Exercise: Word for word, return every record.

Stored data:

# # # # # # #

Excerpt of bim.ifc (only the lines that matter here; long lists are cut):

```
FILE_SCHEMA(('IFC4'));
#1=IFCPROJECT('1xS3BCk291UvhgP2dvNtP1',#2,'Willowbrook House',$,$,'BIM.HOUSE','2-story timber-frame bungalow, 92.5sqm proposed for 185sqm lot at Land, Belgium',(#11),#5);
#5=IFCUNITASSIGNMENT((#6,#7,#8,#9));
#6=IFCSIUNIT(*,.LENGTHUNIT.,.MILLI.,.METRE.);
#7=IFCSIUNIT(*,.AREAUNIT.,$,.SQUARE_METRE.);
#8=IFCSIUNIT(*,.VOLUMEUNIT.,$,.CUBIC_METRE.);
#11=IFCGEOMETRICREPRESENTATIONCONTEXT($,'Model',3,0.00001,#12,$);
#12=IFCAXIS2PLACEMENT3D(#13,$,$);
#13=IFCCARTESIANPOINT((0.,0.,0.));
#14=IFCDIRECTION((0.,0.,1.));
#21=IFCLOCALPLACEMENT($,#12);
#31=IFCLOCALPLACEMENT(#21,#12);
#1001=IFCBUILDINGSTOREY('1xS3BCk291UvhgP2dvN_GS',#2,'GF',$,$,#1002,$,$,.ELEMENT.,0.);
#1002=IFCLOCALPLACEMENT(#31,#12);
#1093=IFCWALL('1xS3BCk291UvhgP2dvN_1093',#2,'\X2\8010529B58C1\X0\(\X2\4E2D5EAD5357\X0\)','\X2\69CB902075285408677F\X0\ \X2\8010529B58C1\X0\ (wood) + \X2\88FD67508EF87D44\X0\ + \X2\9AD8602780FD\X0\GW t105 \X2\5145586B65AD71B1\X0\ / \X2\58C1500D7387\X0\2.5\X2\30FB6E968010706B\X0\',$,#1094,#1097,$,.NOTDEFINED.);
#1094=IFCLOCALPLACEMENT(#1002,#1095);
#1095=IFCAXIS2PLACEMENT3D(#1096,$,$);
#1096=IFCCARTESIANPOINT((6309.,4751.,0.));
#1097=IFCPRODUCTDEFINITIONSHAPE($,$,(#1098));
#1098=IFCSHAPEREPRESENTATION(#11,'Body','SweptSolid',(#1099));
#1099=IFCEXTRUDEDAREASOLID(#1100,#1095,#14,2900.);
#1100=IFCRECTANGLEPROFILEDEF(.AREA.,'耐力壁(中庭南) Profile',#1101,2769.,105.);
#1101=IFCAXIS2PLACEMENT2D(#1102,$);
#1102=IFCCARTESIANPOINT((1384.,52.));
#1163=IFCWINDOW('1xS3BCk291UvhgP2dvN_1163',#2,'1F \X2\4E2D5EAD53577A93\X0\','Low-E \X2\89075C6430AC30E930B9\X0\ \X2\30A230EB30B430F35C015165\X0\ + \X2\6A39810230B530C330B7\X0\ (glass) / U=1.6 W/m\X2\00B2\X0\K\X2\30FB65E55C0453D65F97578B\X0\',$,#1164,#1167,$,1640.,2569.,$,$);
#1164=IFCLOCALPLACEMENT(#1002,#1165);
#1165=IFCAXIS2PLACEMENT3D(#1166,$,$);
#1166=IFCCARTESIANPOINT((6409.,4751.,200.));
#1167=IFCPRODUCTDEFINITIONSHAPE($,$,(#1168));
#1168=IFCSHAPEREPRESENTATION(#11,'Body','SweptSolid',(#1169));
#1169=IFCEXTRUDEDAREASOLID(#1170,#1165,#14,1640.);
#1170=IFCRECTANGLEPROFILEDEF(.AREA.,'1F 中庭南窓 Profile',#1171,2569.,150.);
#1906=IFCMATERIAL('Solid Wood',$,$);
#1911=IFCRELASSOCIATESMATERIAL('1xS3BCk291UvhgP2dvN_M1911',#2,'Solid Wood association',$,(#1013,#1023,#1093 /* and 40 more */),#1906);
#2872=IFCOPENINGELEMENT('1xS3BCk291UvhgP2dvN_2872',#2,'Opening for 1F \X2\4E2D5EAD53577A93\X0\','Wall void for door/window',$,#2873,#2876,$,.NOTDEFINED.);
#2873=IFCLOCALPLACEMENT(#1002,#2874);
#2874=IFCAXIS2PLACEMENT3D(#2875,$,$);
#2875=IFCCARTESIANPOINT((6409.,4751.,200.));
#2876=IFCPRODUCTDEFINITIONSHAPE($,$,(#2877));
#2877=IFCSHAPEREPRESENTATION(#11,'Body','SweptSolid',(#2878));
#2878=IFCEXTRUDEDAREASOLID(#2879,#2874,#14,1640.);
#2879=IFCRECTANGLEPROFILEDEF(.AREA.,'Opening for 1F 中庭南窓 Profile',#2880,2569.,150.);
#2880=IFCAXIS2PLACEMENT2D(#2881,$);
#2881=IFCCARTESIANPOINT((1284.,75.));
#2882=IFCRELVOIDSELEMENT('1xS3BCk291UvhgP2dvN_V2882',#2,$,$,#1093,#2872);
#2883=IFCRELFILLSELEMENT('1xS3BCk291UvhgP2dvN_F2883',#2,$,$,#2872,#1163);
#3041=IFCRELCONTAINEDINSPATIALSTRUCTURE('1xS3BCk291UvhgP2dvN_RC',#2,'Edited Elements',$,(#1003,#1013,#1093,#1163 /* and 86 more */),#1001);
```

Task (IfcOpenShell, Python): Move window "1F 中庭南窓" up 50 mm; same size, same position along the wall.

```python
import numpy as np
import ifcopenshell
import ifcopenshell.api.geometry
import ifcopenshell.util.placement
import ifcopenshell.util.unit

model = ifcopenshell.open("bim.ifc")
unit_scale = ifcopenshell.util.unit.calculate_unit_scale(model)

window = model.by_guid("1xS3BCk291UvhgP2dvN_1163")
opening = window.FillsVoids[0].RelatingOpeningElement
dz = 0.05 / unit_scale

shift = np.array([0.0, 0.0, dz])
# The window is not placed relative to its opening, so move both.
for product in (opening, window):
    matrix = ifcopenshell.util.placement.get_local_placement(product.ObjectPlacement)
    matrix[:3, 3] += shift
    ifcopenshell.api.geometry.edit_object_placement(model, product=product, matrix=matrix, is_si=False)

print(f"moved by {dz * unit_scale:+.3f} m")

model.write("bim_v2.ifc")
```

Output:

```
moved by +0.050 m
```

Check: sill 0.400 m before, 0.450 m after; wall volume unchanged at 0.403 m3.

# # # # # # #

Answer to this task:
Excerpt of bim.ifc (only the lines that matter here; long lists are cut):

```
FILE_SCHEMA(('IFC4'));
#1=IFCPROJECT('1xS3BCk291UvhgP2dvNtP1',#2,'Willowbrook House',$,$,'BIM.HOUSE','2-story timber-frame bungalow, 92.5sqm proposed for 185sqm lot at Land, Belgium',(#11),#5);
#5=IFCUNITASSIGNMENT((#6,#7,#8,#9));
#6=IFCSIUNIT(*,.LENGTHUNIT.,.MILLI.,.METRE.);
#7=IFCSIUNIT(*,.AREAUNIT.,$,.SQUARE_METRE.);
#8=IFCSIUNIT(*,.VOLUMEUNIT.,$,.CUBIC_METRE.);
#11=IFCGEOMETRICREPRESENTATIONCONTEXT($,'Model',3,0.00001,#12,$);
#12=IFCAXIS2PLACEMENT3D(#13,$,$);
#13=IFCCARTESIANPOINT((0.,0.,0.));
#14=IFCDIRECTION((0.,0.,1.));
#21=IFCLOCALPLACEMENT($,#12);
#31=IFCLOCALPLACEMENT(#21,#12);
#1001=IFCBUILDINGSTOREY('1xS3BCk291UvhgP2dvN_GS',#2,'GF',$,$,#1002,$,$,.ELEMENT.,0.);
#1002=IFCLOCALPLACEMENT(#31,#12);
#1093=IFCWALL('1xS3BCk291UvhgP2dvN_1093',#2,'\X2\8010529B58C1\X0\(\X2\4E2D5EAD5357\X0\)','\X2\69CB902075285408677F\X0\ \X2\8010529B58C1\X0\ (wood) + \X2\88FD67508EF87D44\X0\ + \X2\9AD8602780FD\X0\GW t105 \X2\5145586B65AD71B1\X0\ / \X2\58C1500D7387\X0\2.5\X2\30FB6E968010706B\X0\',$,#1094,#1097,$,.NOTDEFINED.);
#1094=IFCLOCALPLACEMENT(#1002,#1095);
#1095=IFCAXIS2PLACEMENT3D(#1096,$,$);
#1096=IFCCARTESIANPOINT((6309.,4751.,0.));
#1097=IFCPRODUCTDEFINITIONSHAPE($,$,(#1098));
#1098=IFCSHAPEREPRESENTATION(#11,'Body','SweptSolid',(#1099));
#1099=IFCEXTRUDEDAREASOLID(#1100,#1095,#14,2900.);
#1100=IFCRECTANGLEPROFILEDEF(.AREA.,'耐力壁(中庭南) Profile',#1101,2769.,105.);
#1101=IFCAXIS2PLACEMENT2D(#1102,$);
#1102=IFCCARTESIANPOINT((1384.,52.));
#1163=IFCWINDOW('1xS3BCk291UvhgP2dvN_1163',#2,'1F \X2\4E2D5EAD53577A93\X0\','Low-E \X2\89075C6430AC30E930B9\X0\ \X2\30A230EB30B430F35C015165\X0\ + \X2\6A39810230B530C330B7\X0\ (glass) / U=1.6 W/m\X2\00B2\X0\K\X2\30FB65E55C0453D65F97578B\X0\',$,#1164,#1167,$,1640.,2569.,$,$);
#1164=IFCLOCALPLACEMENT(#1002,#1165);
#1165=IFCAXIS2PLACEMENT3D(#1166,$,$);
#1166=IFCCARTESIANPOINT((6409.,4751.,200.));
#1167=IFCPRODUCTDEFINITIONSHAPE($,$,(#1168));
#1168=IFCSHAPEREPRESENTATION(#11,'Body','SweptSolid',(#1169));
#1169=IFCEXTRUDEDAREASOLID(#1170,#1165,#14,1640.);
#1170=IFCRECTANGLEPROFILEDEF(.AREA.,'1F 中庭南窓 Profile',#1171,2569.,150.);
#1906=IFCMATERIAL('Solid Wood',$,$);
#1911=IFCRELASSOCIATESMATERIAL('1xS3BCk291UvhgP2dvN_M1911',#2,'Solid Wood association',$,(#1013,#1023,#1093 /* and 40 more */),#1906);
#2872=IFCOPENINGELEMENT('1xS3BCk291UvhgP2dvN_2872',#2,'Opening for 1F \X2\4E2D5EAD53577A93\X0\','Wall void for door/window',$,#2873,#2876,$,.NOTDEFINED.);
#2873=IFCLOCALPLACEMENT(#1002,#2874);
#2874=IFCAXIS2PLACEMENT3D(#2875,$,$);
#2875=IFCCARTESIANPOINT((6409.,4751.,200.));
#2876=IFCPRODUCTDEFINITIONSHAPE($,$,(#2877));
#2877=IFCSHAPEREPRESENTATION(#11,'Body','SweptSolid',(#2878));
#2878=IFCEXTRUDEDAREASOLID(#2879,#2874,#14,1640.);
#2879=IFCRECTANGLEPROFILEDEF(.AREA.,'Opening for 1F 中庭南窓 Profile',#2880,2569.,150.);
#2880=IFCAXIS2PLACEMENT2D(#2881,$);
#2881=IFCCARTESIANPOINT((1284.,75.));
#2882=IFCRELVOIDSELEMENT('1xS3BCk291UvhgP2dvN_V2882',#2,$,$,#1093,#2872);
#2883=IFCRELFILLSELEMENT('1xS3BCk291UvhgP2dvN_F2883',#2,$,$,#2872,#1163);
#3041=IFCRELCONTAINEDINSPATIALSTRUCTURE('1xS3BCk291UvhgP2dvN_RC',#2,'Edited Elements',$,(#1003,#1013,#1093,#1163 /* and 86 more */),#1001);
```

Task (IfcOpenShell, Python): Move window "1F 中庭南窓" up 50 mm; same size, same position along the wall.

```python
import numpy as np
import ifcopenshell
import ifcopenshell.api.geometry
import ifcopenshell.util.placement
import ifcopenshell.util.unit

model = ifcopenshell.open("bim.ifc")
unit_scale = ifcopenshell.util.unit.calculate_unit_scale(model)

window = model.by_guid("1xS3BCk291UvhgP2dvN_1163")
opening = window.FillsVoids[0].RelatingOpeningElement
dz = 0.05 / unit_scale

shift = np.array([0.0, 0.0, dz])
# The window is not placed relative to its opening, so move both.
for product in (opening, window):
    matrix = ifcopenshell.util.placement.get_local_placement(product.ObjectPlacement)
    matrix[:3, 3] += shift
    ifcopenshell.api.geometry.edit_object_placement(model, product=product, matrix=matrix, is_si=False)

print(f"moved by {dz * unit_scale:+.3f} m")

model.write("bim_v2.ifc")
```

Output:

```
moved by +0.050 m
```

Check: sill 0.400 m before, 0.450 m after; wall volume unchanged at 0.403 m3.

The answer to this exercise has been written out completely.